そんな中、先制点は意外な形から。9分、平戸ともつれた清水のDFは体勢が悪く、クリアを自陣方向へ。プレゼントボールを受け取った武田諒太(2年・鹿島アントラーズJY)は、GKとの1対1も冷静に制して、ゴール左スミへボールを送り届けます。トップ昇格が内定している鈴木優磨(3年・鹿島アントラーズユース)の出場停止を受けて、スタメン起用された29番が早くも一仕事。鹿島が1点のアドバンテージを手にしました。
「前半は自分たちのサッカーというか、前からプレッシャーを掛けて、そこで点が取れれば良いなと思っていた」(平戸)中で、狙い通りに先制した鹿島。以降は膠着状態に陥ったゲームの中でも、「相手もウチのプレスに困っていたことがわかったので、そこを連動できたことで相手の攻撃を防げたと思う」とキャプテンの千葉健太(2年・鹿島アントラーズJY)も話した通り、前からの果敢なプレスで相手を封じ込め、冷静にゲームを進めていきます。
一方、「相手がああいう風にロングボールを蹴ってくるのはわかり切っているので、そのセカンドをどれだけ拾えるかが勝敗の鍵を握るというのは選手にも伝えてあった」(平岡監督)清水は、そのセカンド奪取で後手を踏んだ格好に。26分には望月大(3年・清水エスパルスJY)、田口雄太(2年・清水エスパルスJY)と繋ぎ、キャプテンマークを巻く森主麗司(3年・清水エスパルスJY)が放ったミドルは大きく枠の上へ。27分にも沼野誠也(2年・清水エスパルスJY)のパスから、既にJ1でのリーグ戦出場も経験している水谷拓磨(3年・清水エスパルスJY)が大きく左へ。走った望月大のトラップは大きく、シュートまでは行けず。出てこない攻撃のリズム。
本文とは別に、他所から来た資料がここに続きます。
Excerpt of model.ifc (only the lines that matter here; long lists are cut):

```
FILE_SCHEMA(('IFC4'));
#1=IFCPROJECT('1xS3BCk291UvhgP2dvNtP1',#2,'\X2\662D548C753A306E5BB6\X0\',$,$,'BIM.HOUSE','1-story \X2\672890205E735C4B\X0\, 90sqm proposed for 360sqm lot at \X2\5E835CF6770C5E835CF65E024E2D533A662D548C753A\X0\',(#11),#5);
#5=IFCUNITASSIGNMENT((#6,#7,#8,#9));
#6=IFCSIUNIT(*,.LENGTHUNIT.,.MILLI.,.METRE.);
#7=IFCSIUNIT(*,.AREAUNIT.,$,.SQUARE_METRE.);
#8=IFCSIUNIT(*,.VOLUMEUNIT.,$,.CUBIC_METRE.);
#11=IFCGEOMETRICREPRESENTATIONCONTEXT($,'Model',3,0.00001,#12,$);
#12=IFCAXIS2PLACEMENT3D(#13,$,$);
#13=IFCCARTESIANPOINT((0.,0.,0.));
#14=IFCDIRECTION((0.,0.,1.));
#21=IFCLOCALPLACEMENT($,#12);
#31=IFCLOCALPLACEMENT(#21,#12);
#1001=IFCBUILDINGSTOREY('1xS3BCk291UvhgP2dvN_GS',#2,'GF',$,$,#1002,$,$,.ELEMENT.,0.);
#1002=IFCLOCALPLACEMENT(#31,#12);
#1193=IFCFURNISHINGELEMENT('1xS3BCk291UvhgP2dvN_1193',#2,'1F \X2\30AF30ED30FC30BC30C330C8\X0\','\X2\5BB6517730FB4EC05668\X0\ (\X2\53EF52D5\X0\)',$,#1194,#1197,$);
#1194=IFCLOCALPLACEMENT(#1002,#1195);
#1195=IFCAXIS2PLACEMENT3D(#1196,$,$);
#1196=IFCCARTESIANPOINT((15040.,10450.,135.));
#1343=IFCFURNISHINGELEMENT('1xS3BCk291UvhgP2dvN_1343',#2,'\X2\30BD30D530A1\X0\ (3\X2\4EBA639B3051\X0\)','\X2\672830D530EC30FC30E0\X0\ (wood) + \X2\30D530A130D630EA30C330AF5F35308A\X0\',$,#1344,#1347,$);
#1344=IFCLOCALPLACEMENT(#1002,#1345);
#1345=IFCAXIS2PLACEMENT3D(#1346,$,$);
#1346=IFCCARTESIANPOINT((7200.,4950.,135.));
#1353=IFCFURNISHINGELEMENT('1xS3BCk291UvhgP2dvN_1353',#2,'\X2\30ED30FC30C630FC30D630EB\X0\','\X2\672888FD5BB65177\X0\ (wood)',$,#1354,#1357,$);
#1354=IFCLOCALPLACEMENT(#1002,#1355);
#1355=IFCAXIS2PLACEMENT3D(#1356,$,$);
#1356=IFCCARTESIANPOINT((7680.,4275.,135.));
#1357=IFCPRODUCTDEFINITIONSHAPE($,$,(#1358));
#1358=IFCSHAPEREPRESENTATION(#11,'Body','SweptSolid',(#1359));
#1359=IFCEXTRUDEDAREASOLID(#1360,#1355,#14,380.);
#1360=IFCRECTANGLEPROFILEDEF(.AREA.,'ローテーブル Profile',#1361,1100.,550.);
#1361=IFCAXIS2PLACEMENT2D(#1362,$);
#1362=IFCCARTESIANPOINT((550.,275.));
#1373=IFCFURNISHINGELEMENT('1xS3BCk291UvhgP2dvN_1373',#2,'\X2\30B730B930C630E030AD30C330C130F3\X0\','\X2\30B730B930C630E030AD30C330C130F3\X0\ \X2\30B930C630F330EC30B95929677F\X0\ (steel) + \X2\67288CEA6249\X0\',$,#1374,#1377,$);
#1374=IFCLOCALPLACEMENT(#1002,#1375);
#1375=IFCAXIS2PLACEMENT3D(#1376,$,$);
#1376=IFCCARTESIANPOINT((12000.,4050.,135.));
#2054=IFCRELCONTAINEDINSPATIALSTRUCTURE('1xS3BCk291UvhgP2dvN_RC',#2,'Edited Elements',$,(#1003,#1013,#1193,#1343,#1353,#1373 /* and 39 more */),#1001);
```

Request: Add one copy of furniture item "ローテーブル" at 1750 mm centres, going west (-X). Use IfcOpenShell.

```python
import numpy as np
import ifcopenshell
import ifcopenshell.api.geometry
import ifcopenshell.api.root
import ifcopenshell.util.element
import ifcopenshell.util.placement
import ifcopenshell.util.unit

model = ifcopenshell.open("model.ifc")
unit_scale = ifcopenshell.util.unit.calculate_unit_scale(model)


def reuse_history(source, copy):
    """copy_class also copies each property set's owner history, people and application; keep the originals."""
    for rel in copy.IsDefinedBy:
        if rel.is_a("IfcRelDefinesByProperties") and (history := rel.RelatingPropertyDefinition.OwnerHistory):
            rel.RelatingPropertyDefinition.OwnerHistory = source.OwnerHistory
            ifcopenshell.util.element.remove_deep2(model, history)


source = model.by_guid("1xS3BCk291UvhgP2dvN_1353")
base = ifcopenshell.util.placement.get_local_placement(source.ObjectPlacement)
step = np.array([-1.0, 0.0, 0.0]) * 1.75 / unit_scale

for i in range(1, 2):
    copy = ifcopenshell.api.root.copy_class(model, product=source)
    copy.Representation = ifcopenshell.util.element.copy_deep(
        model, source.Representation, exclude=["IfcGeometricRepresentationContext", "IfcRepresentationMap"]
    )
    reuse_history(source, copy)
    matrix = base.copy()
    matrix[:3, 3] += i * step
    print("added at", matrix[:3, 3].round(3) + 0.0)
    ifcopenshell.api.geometry.edit_object_placement(model, product=copy, matrix=matrix, is_si=False)

model.write("model_v2.ifc")
```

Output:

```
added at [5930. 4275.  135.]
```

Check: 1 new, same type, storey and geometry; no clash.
29分は鹿島。左からのアーリーはDFにクリアされたものの、こぼれを叩いた田中稔也(2年・FC KRILO)のボレーはクロスバーの上へ。30分から33分の間に集めた4本のCKを経て、35分も鹿島。田中の右クロスがこぼれ、中央でフリーになった武田がシュートを放つと、ここは右のゴールポストを直撃。42分も鹿島。右から大里優斗(2年・鹿島アントラーズつくばJY)が蹴ったCKは、西澤のクリアに遭いましたが、大里が再び左足で入れた右クロスは、中央で誰も触れずにゴールキックへ。「監督の指示通りチームがうまく連動して、まとまってできたかなと思う」とは平戸。鹿島がさらなる攻勢を仕掛けます。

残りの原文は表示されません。